Racial and ethnic force-composition matters are secondary if not wholly irrelevant to military success.This false racial-balance-as-strategic-imperative argument is further discredited by simply examining the arbitrary racial classifications widely in use by American institutions, including the military academies. Using myself as an example, I was born to a Taiwanese mother and a father of northern European ancestry. Should I be classified as White, Asian, Pacific Islander, or Other? As the Supreme Court wrote in SFFA v. Harvard and UNC, “The use of these opaque racial categories undermines, instead of promotes, respondents’ goals.” The same holds true for the articulated objectives of the federal government and military vis-à-vis a racially balanced officer corps and admission to the military academies.
The notion of creating a military that is a perfect demographic reflection of the society it serves may also be impossible given the nation’s continuously shifting racial and ethnic milieu. As SFFA v. Harvard and UNC made clear, “University programs must comply with strict scrutiny, they may never use race as a stereotype or negative, and—at some point—they must end.” What holds true for civilian institutions is equally applicable to military academies: Any use of race to admit one group necessarily disfavors another group, perpetuates racial tropes and stereotypes, and, due to this nation’s increasing heterogeneity, will never have a “logical endpoint.”
Military professionalism demands differentiation between the military and the society it serves. This does not mean the military should not superficially look like society, but it also does not mean it must superficially look like society. In fact, it may be more critical to have geographic and socioeconomic diversity than racial or ethnic diversity in a heterogeneous and pluralistic society like the United States.

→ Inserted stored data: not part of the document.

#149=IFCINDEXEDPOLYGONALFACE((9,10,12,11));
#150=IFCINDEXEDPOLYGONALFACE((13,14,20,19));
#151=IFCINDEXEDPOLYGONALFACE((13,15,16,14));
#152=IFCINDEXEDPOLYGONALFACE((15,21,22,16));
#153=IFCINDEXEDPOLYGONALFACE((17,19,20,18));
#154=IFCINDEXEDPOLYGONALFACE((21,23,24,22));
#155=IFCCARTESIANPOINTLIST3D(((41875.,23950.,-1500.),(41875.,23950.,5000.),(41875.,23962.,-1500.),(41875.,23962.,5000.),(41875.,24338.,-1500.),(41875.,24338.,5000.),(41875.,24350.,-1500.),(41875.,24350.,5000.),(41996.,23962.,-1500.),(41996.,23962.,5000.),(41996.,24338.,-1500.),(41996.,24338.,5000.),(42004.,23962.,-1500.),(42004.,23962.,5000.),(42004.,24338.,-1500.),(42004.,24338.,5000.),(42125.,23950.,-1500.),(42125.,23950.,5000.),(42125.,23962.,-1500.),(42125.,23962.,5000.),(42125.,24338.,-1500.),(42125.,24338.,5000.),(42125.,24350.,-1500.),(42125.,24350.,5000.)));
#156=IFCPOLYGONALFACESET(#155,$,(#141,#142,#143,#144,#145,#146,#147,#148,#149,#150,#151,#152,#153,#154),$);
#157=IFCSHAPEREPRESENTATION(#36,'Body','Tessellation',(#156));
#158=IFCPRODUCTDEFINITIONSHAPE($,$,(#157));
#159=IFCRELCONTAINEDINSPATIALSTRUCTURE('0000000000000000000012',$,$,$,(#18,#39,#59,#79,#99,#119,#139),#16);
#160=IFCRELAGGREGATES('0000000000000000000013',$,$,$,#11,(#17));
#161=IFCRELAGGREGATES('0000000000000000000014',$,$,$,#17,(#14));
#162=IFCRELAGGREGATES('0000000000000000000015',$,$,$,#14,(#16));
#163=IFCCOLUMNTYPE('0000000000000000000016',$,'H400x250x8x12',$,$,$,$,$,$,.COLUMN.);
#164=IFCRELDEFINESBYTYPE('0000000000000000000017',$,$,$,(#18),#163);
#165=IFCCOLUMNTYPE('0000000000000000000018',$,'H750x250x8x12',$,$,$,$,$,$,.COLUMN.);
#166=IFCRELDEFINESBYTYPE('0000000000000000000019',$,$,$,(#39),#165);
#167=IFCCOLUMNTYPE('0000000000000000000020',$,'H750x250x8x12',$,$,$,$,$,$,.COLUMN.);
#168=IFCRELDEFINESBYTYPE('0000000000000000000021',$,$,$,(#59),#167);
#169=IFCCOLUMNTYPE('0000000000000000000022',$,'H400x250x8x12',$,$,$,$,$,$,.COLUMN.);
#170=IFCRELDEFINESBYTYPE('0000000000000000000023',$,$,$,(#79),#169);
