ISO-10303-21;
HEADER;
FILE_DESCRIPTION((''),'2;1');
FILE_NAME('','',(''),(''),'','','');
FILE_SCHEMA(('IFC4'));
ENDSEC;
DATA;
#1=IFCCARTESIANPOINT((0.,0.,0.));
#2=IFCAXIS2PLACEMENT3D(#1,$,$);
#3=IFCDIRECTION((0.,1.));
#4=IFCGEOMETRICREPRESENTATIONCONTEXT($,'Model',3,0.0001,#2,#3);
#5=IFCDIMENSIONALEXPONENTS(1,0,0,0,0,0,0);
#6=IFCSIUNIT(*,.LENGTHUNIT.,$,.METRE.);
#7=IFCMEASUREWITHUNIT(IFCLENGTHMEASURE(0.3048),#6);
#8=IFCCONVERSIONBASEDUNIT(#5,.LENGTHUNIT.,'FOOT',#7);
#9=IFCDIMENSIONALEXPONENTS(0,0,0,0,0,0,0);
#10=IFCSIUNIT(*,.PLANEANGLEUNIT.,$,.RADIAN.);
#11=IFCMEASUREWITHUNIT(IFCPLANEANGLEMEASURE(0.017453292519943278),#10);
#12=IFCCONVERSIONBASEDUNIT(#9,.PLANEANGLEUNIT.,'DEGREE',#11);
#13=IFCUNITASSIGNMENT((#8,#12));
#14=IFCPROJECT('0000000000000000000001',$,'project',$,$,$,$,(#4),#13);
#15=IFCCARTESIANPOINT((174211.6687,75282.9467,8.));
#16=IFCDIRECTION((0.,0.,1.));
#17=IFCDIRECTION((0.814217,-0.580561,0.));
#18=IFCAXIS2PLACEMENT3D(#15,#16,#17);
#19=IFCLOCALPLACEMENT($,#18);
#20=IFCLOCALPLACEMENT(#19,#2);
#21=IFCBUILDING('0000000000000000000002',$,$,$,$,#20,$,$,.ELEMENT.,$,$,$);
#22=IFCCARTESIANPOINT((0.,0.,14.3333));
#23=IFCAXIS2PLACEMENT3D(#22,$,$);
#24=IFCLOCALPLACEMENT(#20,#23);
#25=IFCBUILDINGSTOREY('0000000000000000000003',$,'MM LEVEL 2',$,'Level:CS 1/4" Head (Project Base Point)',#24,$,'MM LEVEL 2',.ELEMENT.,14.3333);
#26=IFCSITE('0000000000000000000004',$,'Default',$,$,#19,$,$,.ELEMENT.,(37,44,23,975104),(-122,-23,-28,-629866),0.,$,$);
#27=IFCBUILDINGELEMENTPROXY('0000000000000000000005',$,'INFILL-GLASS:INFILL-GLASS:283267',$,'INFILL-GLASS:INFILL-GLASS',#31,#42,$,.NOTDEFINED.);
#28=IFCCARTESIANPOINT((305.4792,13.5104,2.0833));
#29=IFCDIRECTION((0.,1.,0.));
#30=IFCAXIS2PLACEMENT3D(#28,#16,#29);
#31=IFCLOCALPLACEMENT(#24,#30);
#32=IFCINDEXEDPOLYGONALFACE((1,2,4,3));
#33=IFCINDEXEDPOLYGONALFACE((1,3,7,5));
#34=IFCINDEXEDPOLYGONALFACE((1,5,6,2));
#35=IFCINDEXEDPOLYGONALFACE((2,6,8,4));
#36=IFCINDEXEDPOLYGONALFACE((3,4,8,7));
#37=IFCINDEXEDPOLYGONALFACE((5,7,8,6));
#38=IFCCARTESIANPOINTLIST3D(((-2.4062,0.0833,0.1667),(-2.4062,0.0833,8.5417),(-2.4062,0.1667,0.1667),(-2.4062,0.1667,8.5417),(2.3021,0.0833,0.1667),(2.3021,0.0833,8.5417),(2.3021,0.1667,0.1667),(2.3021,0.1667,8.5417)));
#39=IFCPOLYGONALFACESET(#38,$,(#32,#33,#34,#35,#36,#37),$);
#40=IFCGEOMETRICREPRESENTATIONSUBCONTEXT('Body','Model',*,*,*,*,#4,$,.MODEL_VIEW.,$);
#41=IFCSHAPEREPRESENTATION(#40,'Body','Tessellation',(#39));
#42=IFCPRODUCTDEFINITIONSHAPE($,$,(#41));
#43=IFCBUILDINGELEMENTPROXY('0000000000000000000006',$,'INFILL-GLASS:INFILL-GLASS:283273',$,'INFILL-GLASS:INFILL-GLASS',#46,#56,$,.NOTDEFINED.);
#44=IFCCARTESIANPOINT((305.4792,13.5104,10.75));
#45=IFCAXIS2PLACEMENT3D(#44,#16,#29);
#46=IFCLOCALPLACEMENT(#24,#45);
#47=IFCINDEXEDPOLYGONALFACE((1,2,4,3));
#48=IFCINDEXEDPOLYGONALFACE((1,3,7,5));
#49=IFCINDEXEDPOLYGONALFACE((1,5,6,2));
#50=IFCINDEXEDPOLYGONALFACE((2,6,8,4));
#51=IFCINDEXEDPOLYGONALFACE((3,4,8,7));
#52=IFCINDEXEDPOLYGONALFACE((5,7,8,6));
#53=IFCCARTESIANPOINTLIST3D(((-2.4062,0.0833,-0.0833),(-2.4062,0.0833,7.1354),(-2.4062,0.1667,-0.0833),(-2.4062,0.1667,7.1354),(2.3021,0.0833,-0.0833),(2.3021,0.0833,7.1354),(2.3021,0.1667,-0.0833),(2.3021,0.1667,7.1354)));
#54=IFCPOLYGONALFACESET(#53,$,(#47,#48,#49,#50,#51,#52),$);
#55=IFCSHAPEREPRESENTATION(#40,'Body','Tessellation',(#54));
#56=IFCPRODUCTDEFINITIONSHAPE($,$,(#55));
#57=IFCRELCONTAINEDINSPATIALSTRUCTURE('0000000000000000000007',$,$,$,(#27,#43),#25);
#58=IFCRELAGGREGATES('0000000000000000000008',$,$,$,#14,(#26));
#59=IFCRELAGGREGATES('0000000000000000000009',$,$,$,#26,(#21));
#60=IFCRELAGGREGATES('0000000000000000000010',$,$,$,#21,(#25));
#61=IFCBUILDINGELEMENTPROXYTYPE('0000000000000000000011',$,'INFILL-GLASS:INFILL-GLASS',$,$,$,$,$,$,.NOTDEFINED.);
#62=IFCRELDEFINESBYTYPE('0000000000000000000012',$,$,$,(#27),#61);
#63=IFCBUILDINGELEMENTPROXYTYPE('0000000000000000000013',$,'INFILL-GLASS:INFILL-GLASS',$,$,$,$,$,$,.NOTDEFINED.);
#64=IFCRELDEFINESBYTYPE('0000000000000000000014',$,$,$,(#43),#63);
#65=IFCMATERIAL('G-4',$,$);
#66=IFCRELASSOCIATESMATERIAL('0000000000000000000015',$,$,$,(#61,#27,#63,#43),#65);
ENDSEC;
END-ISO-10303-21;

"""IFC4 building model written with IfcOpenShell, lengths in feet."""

from ifc_helpers import new_model, entity, si_unit, converted_unit, direction, frame, origin, place, context, subcontext, project, spatial, indexed_curve, outline, extrude, source, transform, mapped, material, type_object, type_shapes, element, save


model = new_model("IFC4")

# Units and contexts
model_context = context("Model", 3, precision=0.0001, world=origin(), true_north=direction((0.0, 1.0)))
body_context = subcontext(model_context, "Body", "Model", "MODEL_VIEW")
ifc_project = project(units=[converted_unit("LENGTHUNIT", "FOOT", entity("IfcLengthMeasure", 0.3048), si_unit("LENGTHUNIT", "METRE"), dimensions=[1, 0, 0, 0, 0, 0, 0]), converted_unit("PLANEANGLEUNIT", "DEGREE", entity("IfcPlaneAngleMeasure", 0.017453292519943278), si_unit("PLANEANGLEUNIT", "RADIAN"), dimensions=[0, 0, 0, 0, 0, 0, 0])], contexts=[model_context])

# Site, building, storey
site_placement = place(None, frame((174211.6687, 75282.9467, 8.0), z_axis=(0.0, 0.0, 1.0), x_axis=(0.814217, -0.580561, 0.0)))
site = spatial("IfcSite", under=ifc_project, at=site_placement, Name="Default", CompositionType="ELEMENT", RefLatitude=(37, 44, 23, 975104), RefLongitude=(-122, -23, -28, -629866), RefElevation=0.0)
building_placement = place(site_placement, origin())
building = spatial("IfcBuilding", under=site, at=building_placement, CompositionType="ELEMENT")
storey_placement = place(building_placement, frame((0.0, 0.0, 14.3333)))
storey = spatial("IfcBuildingStorey", under=building, at=storey_placement, Name="MM LEVEL 2", ObjectType="Level:CS 1/4\" Head (Project Base Point)", LongName="MM LEVEL 2", CompositionType="ELEMENT", Elevation=14.3333)

# Building element proxies
ifc_material_1 = material(Name="G-4")
building_element_proxy_type_1 = type_object("IfcBuildingElementProxyType", Name="INFILL-GLASS:INFILL-GLASS", PredefinedType="NOTDEFINED", material=ifc_material_1)
shared_shape_1 = source(origin(), body_context, "Body", "SweptSolid", [
    extrude(outline(indexed_curve([(-0.0417, -2.3542), (0.0417, -2.3542), (0.0417, 2.3542), (-0.0417, 2.3542), (-0.0417, -2.3542)], self_intersect=False)), frame((-0.0521, 0.125, 0.1667), z_axis=(0.0, 0.0, 1.0), x_axis=(0.0, 1.0, 0.0)), (0.0, 0.0, 1.0), 8.375),
])
type_shapes(building_element_proxy_type_1, [shared_shape_1])
proxy_1_placement = place(storey_placement, frame((305.4792, 13.5104, 2.0833), z_axis=(0.0, 0.0, 1.0), x_axis=(0.0, 1.0, 0.0)))
element("IfcBuildingElementProxy", 1, at=proxy_1_placement, inside=storey, type_object=building_element_proxy_type_1, material=ifc_material_1, Name="INFILL-GLASS:INFILL-GLASS:283267", ObjectType="INFILL-GLASS:INFILL-GLASS", PredefinedType="NOTDEFINED", context=body_context, shape_type="MappedRepresentation", body=[
    mapped(shared_shape_1, transform((0.0, 0.0, 0.0), scale=1.0)),
])
building_element_proxy_type_2 = type_object("IfcBuildingElementProxyType", Name="INFILL-GLASS:INFILL-GLASS", PredefinedType="NOTDEFINED", material=ifc_material_1)
shared_shape_2 = source(origin(), body_context, "Body", "SweptSolid", [
    extrude(outline(indexed_curve([(-0.0417, -2.3542), (0.0417, -2.3542), (0.0417, 2.3542), (-0.0417, 2.3542), (-0.0417, -2.3542)], self_intersect=False)), frame((-0.0521, 0.125, -0.0833), z_axis=(0.0, 0.0, 1.0), x_axis=(0.0, 1.0, 0.0)), (0.0, 0.0, 1.0), 7.2187),
])
type_shapes(building_element_proxy_type_2, [shared_shape_2])
proxy_2_placement = place(storey_placement, frame((305.4792, 13.5104, 10.75), z_axis=(0.0, 0.0, 1.0), x_axis=(0.0, 1.0, 0.0)))
element("IfcBuildingElementProxy", 2, at=proxy_2_placement, inside=storey, type_object=building_element_proxy_type_2, material=ifc_material_1, Name="INFILL-GLASS:INFILL-GLASS:283273", ObjectType="INFILL-GLASS:INFILL-GLASS", PredefinedType="NOTDEFINED", context=body_context, shape_type="MappedRepresentation", body=[
    mapped(shared_shape_2, transform((0.0, 0.0, 0.0), scale=1.0)),
])

save(model, "model.ifc")
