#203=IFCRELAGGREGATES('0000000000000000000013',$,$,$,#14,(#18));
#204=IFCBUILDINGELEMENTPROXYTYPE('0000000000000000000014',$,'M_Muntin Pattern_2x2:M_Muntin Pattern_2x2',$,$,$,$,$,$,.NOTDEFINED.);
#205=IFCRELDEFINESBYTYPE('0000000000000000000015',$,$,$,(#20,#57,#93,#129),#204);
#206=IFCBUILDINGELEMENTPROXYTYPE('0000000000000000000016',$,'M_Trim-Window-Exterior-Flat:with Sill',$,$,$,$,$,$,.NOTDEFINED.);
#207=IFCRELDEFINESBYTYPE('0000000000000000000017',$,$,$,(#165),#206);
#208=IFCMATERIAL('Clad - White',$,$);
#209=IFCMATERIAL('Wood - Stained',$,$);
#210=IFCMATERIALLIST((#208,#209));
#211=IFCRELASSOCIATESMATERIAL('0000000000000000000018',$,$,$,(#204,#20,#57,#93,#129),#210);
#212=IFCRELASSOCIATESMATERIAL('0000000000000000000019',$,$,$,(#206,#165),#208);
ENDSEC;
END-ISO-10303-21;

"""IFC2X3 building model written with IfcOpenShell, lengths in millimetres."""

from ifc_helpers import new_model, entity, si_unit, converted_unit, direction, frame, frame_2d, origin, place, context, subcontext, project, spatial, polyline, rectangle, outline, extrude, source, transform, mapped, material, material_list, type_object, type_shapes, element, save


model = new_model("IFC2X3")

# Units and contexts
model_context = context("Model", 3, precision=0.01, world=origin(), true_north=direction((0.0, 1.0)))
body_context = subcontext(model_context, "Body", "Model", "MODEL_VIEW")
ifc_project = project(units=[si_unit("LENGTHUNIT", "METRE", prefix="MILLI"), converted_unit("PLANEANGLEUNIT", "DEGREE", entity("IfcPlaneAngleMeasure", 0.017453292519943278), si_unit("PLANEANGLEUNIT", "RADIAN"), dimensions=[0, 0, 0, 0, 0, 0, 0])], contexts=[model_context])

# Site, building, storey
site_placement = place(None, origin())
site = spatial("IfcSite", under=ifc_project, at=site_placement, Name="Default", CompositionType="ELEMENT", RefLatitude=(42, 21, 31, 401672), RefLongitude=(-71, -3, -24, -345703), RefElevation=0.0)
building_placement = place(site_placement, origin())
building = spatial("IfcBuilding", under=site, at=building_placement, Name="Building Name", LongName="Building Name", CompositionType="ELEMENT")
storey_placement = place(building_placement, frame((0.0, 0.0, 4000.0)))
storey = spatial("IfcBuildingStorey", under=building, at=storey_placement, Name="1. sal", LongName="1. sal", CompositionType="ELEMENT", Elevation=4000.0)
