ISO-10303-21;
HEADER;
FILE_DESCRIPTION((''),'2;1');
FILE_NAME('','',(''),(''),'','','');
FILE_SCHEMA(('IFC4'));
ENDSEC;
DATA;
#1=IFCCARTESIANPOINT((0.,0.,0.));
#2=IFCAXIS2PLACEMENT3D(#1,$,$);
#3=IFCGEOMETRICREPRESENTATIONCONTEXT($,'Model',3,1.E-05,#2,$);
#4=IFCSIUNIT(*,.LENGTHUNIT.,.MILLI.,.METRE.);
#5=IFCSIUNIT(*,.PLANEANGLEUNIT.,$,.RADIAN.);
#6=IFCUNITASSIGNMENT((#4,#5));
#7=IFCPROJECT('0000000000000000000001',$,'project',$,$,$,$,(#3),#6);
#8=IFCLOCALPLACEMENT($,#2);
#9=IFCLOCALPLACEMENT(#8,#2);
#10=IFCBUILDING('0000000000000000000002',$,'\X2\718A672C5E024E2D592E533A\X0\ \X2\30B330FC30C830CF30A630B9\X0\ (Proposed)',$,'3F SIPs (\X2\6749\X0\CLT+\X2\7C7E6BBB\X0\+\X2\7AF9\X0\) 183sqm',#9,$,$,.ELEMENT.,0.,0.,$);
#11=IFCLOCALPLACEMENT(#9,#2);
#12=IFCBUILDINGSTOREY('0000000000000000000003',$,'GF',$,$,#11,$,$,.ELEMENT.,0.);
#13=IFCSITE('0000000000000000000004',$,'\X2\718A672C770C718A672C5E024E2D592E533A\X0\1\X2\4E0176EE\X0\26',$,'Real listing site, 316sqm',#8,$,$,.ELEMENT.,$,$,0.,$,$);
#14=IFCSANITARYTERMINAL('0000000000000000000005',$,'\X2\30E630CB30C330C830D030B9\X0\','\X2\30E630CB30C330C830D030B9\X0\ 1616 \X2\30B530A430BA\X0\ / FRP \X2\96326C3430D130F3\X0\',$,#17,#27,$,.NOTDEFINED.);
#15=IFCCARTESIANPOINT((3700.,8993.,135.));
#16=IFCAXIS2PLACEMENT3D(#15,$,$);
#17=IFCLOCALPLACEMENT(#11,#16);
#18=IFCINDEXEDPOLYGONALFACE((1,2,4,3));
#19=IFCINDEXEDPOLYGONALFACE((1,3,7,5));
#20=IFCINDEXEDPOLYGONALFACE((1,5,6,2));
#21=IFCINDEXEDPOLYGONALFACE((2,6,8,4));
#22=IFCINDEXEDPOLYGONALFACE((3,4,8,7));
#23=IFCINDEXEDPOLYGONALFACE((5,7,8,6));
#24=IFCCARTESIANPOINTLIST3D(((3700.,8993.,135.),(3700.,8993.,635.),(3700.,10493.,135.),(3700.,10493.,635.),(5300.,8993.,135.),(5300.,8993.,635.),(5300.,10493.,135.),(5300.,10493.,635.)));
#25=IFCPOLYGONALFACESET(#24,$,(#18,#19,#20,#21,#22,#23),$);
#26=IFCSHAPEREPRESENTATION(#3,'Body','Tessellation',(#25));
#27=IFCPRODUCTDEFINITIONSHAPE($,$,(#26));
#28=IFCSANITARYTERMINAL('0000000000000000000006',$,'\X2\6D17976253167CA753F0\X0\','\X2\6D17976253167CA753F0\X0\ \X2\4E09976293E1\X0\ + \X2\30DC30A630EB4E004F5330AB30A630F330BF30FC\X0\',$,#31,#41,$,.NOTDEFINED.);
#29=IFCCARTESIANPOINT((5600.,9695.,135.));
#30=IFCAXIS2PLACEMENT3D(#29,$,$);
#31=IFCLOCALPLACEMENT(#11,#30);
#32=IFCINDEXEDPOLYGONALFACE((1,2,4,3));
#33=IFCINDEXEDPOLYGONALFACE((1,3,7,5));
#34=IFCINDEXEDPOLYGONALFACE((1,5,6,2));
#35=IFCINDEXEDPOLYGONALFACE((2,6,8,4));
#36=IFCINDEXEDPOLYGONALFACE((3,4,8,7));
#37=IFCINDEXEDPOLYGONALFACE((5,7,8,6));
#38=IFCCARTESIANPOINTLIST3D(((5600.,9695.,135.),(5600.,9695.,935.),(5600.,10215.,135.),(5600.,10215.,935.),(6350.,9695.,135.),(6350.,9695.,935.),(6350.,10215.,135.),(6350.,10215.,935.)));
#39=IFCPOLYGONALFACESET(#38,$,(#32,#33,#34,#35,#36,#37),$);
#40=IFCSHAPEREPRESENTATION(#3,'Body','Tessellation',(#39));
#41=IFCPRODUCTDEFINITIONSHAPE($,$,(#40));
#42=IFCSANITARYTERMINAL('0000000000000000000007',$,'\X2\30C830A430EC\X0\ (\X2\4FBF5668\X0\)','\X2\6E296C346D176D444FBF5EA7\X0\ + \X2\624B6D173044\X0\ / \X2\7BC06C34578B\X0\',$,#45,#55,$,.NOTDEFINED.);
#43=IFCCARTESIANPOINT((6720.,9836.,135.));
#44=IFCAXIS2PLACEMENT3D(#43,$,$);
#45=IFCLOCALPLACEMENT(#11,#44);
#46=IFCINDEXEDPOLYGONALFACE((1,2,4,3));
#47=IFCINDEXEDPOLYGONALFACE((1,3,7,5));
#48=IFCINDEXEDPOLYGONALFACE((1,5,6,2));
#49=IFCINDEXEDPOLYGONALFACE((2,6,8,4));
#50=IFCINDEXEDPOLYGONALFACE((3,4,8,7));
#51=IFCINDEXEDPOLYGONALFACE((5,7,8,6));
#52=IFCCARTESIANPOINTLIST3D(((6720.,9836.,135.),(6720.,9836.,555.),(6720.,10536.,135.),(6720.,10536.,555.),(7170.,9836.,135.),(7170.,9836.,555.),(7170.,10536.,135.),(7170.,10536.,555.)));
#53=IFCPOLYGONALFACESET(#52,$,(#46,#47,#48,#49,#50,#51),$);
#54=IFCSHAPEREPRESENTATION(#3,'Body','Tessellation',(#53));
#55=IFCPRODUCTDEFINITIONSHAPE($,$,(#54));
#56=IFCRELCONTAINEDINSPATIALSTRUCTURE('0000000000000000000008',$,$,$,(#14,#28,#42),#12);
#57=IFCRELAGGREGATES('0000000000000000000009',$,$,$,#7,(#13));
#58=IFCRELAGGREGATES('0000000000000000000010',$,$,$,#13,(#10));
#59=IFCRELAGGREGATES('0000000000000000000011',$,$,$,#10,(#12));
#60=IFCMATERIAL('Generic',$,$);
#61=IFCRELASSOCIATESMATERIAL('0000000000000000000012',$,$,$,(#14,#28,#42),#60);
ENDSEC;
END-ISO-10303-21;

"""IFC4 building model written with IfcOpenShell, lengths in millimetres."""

from ifc_helpers import new_model, si_unit, frame, frame_2d, origin, place, context, project, spatial, rectangle, extrude, material, element, save


model = new_model("IFC4")

# Units and contexts
model_context = context("Model", 3, precision=1e-05, world=origin())
ifc_project = project(units=[si_unit("LENGTHUNIT", "METRE", prefix="MILLI"), si_unit("PLANEANGLEUNIT", "RADIAN")], contexts=[model_context])

# Site, building, storey
site_placement = place(None, origin())
site = spatial("IfcSite", under=ifc_project, at=site_placement, Name="熊本県熊本市中央区1丁目26", ObjectType="Real listing site, 316sqm", CompositionType="ELEMENT", RefElevation=0.0)
building_placement = place(site_placement, origin())
building = spatial("IfcBuilding", under=site, at=building_placement, Name="熊本市中央区 コートハウス (Proposed)", ObjectType="3F SIPs (杉CLT+籾殻+竹) 183sqm", CompositionType="ELEMENT", ElevationOfRefHeight=0.0, ElevationOfTerrain=0.0)
storey_placement = place(building_placement, origin())
storey = spatial("IfcBuildingStorey", under=building, at=storey_placement, Name="GF", CompositionType="ELEMENT", Elevation=0.0)

# Shared definitions
ifc_material_1 = material(Name="Generic")

# Sanitary terminals
sanitary_terminal_1_placement = place(storey_placement, frame((3700.0, 8993.0, 135.0)))
element("IfcSanitaryTerminal", 1, at=sanitary_terminal_1_placement, inside=storey, material=ifc_material_1, Name="ユニットバス", Description="ユニットバス 1616 サイズ / FRP 防水パン", PredefinedType="NOTDEFINED", context=model_context, shape_type="SweptSolid", body=[
    extrude(rectangle(XDim=1600.0, YDim=1500.0, at=frame_2d((800.0, 750.0))), frame((3700.0, 8993.0, 135.0)), (0.0, 0.0, 1.0), 500.0),
])
sanitary_terminal_2_placement = place(storey_placement, frame((5600.0, 9695.0, 135.0)))
element("IfcSanitaryTerminal", 2, at=sanitary_terminal_2_placement, inside=storey, material=ifc_material_1, Name="洗面化粧台", Description="洗面化粧台 三面鏡 + ボウル一体カウンター", PredefinedType="NOTDEFINED", context=model_context, shape_type="SweptSolid", body=[
    extrude(rectangle(XDim=750.0, YDim=520.0, at=frame_2d((375.0, 260.0))), frame((5600.0, 9695.0, 135.0)), (0.0, 0.0, 1.0), 800.0),
])
sanitary_terminal_3_placement = place(storey_placement, frame((6720.0, 9836.0, 135.0)))
element("IfcSanitaryTerminal", 3, at=sanitary_terminal_3_placement, inside=storey, material=ifc_material_1, Name="トイレ (便器)", Description="温水洗浄便座 + 手洗い / 節水型", PredefinedType="NOTDEFINED", context=model_context, shape_type="SweptSolid", body=[
    extrude(rectangle(XDim=450.0, YDim=700.0, at=frame_2d((225.0, 350.0))), frame((6720.0, 9836.0, 135.0)), (0.0, 0.0, 1.0), 420.0),
])

save(model, "model.ifc")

By virtue of the congressional nomination process for military-academy appointments, aspects of geographic diversity are already infused into the process. What the Supreme Court made clear is that using race as a determinative factor to reward some groups at the expense of others in the admissions process is pernicious, immoral, and counter to law and constitutional norms. Military academies have no more compelling interest than do their civilian counterparts in elevating race above merit. They therefore must comply with the Court’s decision in SFFA v. Harvard and UNC.
Chief Justice Roberts eloquently said, “Many universities have for too long wrongly concluded that the touchstone of an individual’s identity is not challenges bested, skills built, or lessons learned, but the color of their skin. This Nation’s constitutional history does not tolerate that choice.” Consequently, there can be no logical, legal, or constitutional basis for exceptions to this rule at our nation’s military academies.
J.A. Cauthen, a retired naval officer, graduated from the U.S. Naval Academy in 2002 and taught in the history department from 2007 to 2010.